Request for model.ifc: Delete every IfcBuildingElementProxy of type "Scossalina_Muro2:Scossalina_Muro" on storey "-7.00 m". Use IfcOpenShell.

First a look at what the model holds.

```python
import ifcopenshell
import ifcopenshell.util.element

model = ifcopenshell.open("model.ifc")
print(model.schema)
storey = next(s for s in model.by_type("IfcBuildingStorey") if s.Name == "-7.00 m")
proxies = [e for e in ifcopenshell.util.element.get_decomposition(storey) if e.is_a("IfcBuildingElementProxy")]
seen = {}
for e in proxies:
    element_type = ifcopenshell.util.element.get_type(e)
    name = element_type.Name if element_type not in (None, e) else None
    seen[name] = seen.get(name, 0) + 1
for name, count in sorted(seen.items(), key=str):
    print(count, "x", name)
```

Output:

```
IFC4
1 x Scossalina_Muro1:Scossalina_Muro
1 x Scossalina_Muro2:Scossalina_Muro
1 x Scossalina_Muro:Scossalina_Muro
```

```python
import ifcopenshell
import ifcopenshell.api.root
import ifcopenshell.util.element

model = ifcopenshell.open("model.ifc")

storey = next(s for s in model.by_type("IfcBuildingStorey") if s.Name == "-7.00 m")
proxies = [e for e in ifcopenshell.util.element.get_decomposition(storey) if e.is_a("IfcBuildingElementProxy")]
targets = [e for e in proxies if (t := ifcopenshell.util.element.get_type(e)) not in (None, e) and t.Name == "Scossalina_Muro2:Scossalina_Muro"]

for e in targets:
    ifcopenshell.api.root.remove_product(model, product=e)
print(len(targets), "removed")

model.write("model_v2.ifc")
```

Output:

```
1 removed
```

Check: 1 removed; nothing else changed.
********
• WHAT YOU ARE ASKED TO DO
Reproduce the listing above character for character.

• TASK SOLUTION
Request for model.ifc: Delete every IfcBuildingElementProxy of type "Scossalina_Muro2:Scossalina_Muro" on storey "-7.00 m". Use IfcOpenShell.

First a look at what the model holds.

```python
import ifcopenshell
import ifcopenshell.util.element

model = ifcopenshell.open("model.ifc")
print(model.schema)
storey = next(s for s in model.by_type("IfcBuildingStorey") if s.Name == "-7.00 m")
proxies = [e for e in ifcopenshell.util.element.get_decomposition(storey) if e.is_a("IfcBuildingElementProxy")]
seen = {}
for e in proxies:
    element_type = ifcopenshell.util.element.get_type(e)
    name = element_type.Name if element_type not in (None, e) else None
    seen[name] = seen.get(name, 0) + 1
for name, count in sorted(seen.items(), key=str):
    print(count, "x", name)
```

Output:

```
IFC4
1 x Scossalina_Muro1:Scossalina_Muro
1 x Scossalina_Muro2:Scossalina_Muro
1 x Scossalina_Muro:Scossalina_Muro
```

```python
import ifcopenshell
import ifcopenshell.api.root
import ifcopenshell.util.element

model = ifcopenshell.open("model.ifc")

storey = next(s for s in model.by_type("IfcBuildingStorey") if s.Name == "-7.00 m")
proxies = [e for e in ifcopenshell.util.element.get_decomposition(storey) if e.is_a("IfcBuildingElementProxy")]
targets = [e for e in proxies if (t := ifcopenshell.util.element.get_type(e)) not in (None, e) and t.Name == "Scossalina_Muro2:Scossalina_Muro"]

for e in targets:
    ifcopenshell.api.root.remove_product(model, product=e)
print(len(targets), "removed")

model.write("model_v2.ifc")
```

Output:

```
1 removed
```

Check: 1 removed; nothing else changed.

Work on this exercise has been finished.